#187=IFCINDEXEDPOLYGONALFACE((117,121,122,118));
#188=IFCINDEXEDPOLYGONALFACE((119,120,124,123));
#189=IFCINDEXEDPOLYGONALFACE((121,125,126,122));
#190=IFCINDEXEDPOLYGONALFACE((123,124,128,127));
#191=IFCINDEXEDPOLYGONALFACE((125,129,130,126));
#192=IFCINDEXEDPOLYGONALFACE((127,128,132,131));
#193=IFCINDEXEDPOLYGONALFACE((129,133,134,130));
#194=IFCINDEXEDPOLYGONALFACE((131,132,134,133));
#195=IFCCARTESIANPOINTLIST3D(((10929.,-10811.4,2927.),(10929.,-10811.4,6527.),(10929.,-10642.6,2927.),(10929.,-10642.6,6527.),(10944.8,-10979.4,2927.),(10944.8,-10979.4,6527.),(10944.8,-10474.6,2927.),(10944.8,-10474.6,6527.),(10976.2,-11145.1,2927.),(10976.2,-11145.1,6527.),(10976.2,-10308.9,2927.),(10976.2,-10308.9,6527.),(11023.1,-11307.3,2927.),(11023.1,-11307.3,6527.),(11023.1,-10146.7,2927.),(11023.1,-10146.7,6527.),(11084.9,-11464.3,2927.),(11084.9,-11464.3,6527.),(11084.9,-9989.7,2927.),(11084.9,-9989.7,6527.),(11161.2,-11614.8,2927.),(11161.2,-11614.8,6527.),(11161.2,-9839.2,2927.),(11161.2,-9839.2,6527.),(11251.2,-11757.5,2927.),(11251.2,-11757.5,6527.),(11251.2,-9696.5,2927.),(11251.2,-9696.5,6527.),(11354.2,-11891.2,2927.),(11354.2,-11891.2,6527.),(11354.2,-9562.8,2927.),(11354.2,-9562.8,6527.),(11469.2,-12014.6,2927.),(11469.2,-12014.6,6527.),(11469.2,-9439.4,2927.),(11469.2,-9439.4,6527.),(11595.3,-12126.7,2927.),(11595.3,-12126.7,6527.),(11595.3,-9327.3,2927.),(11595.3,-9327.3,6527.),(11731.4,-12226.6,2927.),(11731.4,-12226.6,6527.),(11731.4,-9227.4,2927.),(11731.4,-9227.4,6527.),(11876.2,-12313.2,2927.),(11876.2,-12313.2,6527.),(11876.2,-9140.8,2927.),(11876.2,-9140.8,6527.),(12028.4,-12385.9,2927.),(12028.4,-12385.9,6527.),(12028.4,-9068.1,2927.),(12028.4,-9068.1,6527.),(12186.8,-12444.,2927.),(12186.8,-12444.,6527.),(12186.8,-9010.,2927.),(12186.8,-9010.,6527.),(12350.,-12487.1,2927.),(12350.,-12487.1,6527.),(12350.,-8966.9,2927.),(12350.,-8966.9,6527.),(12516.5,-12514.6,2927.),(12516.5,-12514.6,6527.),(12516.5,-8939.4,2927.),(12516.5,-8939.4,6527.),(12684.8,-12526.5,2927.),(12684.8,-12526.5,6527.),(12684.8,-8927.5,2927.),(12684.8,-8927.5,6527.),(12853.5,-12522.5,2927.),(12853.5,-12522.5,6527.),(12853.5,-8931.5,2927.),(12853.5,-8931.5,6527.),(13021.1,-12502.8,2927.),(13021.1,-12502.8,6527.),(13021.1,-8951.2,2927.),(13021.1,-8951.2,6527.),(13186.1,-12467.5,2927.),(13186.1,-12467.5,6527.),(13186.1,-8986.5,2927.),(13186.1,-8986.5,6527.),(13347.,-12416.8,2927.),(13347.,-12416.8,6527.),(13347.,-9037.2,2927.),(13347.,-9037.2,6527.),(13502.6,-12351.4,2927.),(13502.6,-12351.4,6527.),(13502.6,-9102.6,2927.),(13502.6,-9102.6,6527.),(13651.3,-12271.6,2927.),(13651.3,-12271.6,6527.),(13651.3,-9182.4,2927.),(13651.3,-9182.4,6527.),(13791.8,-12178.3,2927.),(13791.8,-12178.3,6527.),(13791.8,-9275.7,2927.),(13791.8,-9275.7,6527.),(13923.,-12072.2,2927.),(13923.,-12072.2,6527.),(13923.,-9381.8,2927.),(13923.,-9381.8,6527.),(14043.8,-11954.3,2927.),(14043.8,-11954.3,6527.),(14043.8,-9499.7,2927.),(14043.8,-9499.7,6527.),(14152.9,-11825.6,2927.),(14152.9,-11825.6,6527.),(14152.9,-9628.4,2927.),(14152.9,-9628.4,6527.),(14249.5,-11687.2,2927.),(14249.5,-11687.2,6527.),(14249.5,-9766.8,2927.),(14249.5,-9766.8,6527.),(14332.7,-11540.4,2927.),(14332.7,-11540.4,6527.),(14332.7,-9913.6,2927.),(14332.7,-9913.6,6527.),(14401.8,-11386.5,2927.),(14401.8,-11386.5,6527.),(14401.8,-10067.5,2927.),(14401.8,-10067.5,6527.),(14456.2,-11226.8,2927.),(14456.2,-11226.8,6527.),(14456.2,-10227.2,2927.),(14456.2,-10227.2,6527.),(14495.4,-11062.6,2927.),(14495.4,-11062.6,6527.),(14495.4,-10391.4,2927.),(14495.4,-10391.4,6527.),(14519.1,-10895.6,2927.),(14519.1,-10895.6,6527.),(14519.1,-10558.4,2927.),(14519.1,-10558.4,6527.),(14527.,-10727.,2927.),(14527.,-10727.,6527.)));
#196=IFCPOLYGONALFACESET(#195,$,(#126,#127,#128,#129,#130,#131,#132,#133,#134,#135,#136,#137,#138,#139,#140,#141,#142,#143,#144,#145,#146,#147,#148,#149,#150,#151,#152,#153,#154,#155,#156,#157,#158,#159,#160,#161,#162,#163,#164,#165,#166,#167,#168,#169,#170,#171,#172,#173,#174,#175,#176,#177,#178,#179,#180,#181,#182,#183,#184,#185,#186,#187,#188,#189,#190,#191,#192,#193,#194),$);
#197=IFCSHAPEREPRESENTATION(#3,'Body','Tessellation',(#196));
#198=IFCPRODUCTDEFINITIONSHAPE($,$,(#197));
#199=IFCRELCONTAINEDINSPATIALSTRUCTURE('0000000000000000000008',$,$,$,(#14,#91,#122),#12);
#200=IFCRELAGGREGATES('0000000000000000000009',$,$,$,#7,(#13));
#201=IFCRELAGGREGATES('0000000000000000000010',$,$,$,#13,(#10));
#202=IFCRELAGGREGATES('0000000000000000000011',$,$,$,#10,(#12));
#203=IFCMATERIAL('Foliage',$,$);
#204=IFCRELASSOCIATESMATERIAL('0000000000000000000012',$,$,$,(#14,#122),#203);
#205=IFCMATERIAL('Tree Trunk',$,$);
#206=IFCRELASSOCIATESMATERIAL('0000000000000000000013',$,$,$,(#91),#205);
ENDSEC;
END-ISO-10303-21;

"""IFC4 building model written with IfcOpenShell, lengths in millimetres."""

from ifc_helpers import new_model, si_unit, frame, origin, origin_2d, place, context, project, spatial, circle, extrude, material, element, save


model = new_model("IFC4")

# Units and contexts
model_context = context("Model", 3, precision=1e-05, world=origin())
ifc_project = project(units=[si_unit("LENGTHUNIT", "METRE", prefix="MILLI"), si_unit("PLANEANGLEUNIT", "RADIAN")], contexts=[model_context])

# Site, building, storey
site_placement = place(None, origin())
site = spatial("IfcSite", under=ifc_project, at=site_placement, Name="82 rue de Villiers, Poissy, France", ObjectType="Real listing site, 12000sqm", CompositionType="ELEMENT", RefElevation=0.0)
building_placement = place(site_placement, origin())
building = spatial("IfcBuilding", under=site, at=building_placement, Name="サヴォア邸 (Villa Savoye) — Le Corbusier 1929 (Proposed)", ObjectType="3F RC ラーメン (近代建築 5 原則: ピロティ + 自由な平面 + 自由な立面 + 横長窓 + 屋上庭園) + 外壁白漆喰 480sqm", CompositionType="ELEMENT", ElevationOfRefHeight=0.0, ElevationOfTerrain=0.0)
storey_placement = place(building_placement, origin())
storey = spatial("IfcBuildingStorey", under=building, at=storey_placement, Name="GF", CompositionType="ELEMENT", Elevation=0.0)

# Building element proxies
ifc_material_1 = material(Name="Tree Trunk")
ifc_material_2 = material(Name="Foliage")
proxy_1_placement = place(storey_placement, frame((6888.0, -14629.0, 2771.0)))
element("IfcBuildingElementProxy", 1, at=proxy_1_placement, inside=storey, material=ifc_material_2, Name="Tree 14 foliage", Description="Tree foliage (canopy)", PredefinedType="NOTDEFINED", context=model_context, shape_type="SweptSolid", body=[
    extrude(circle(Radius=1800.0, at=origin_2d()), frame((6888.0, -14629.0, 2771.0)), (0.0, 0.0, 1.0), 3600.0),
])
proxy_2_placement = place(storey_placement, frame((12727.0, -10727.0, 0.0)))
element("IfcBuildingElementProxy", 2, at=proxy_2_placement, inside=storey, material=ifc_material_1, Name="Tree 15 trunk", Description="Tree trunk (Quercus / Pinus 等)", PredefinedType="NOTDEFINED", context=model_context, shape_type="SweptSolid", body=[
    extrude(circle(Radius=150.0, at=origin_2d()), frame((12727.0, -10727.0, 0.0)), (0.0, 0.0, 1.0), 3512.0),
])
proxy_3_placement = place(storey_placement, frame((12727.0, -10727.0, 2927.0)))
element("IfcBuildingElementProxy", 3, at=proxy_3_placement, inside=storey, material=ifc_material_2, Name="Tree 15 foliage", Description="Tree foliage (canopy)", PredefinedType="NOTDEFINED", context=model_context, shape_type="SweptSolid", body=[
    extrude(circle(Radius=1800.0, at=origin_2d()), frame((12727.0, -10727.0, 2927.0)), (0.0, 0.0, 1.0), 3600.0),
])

____

* [WHAT YOU ARE ASKED TO DO]:
Transcribe, exactly as written, all lines of the entries above from the first to the one containing "#194=IFCINDEXEDPOLYGONALFACE((131,132,134,133));", and no more.

* [RESPONSE TO THIS EXERCISE]:
#187=IFCINDEXEDPOLYGONALFACE((117,121,122,118));
#188=IFCINDEXEDPOLYGONALFACE((119,120,124,123));
#189=IFCINDEXEDPOLYGONALFACE((121,125,126,122));
#190=IFCINDEXEDPOLYGONALFACE((123,124,128,127));
#191=IFCINDEXEDPOLYGONALFACE((125,129,130,126));
#192=IFCINDEXEDPOLYGONALFACE((127,128,132,131));
#193=IFCINDEXEDPOLYGONALFACE((129,133,134,130));
#194=IFCINDEXEDPOLYGONALFACE((131,132,134,133));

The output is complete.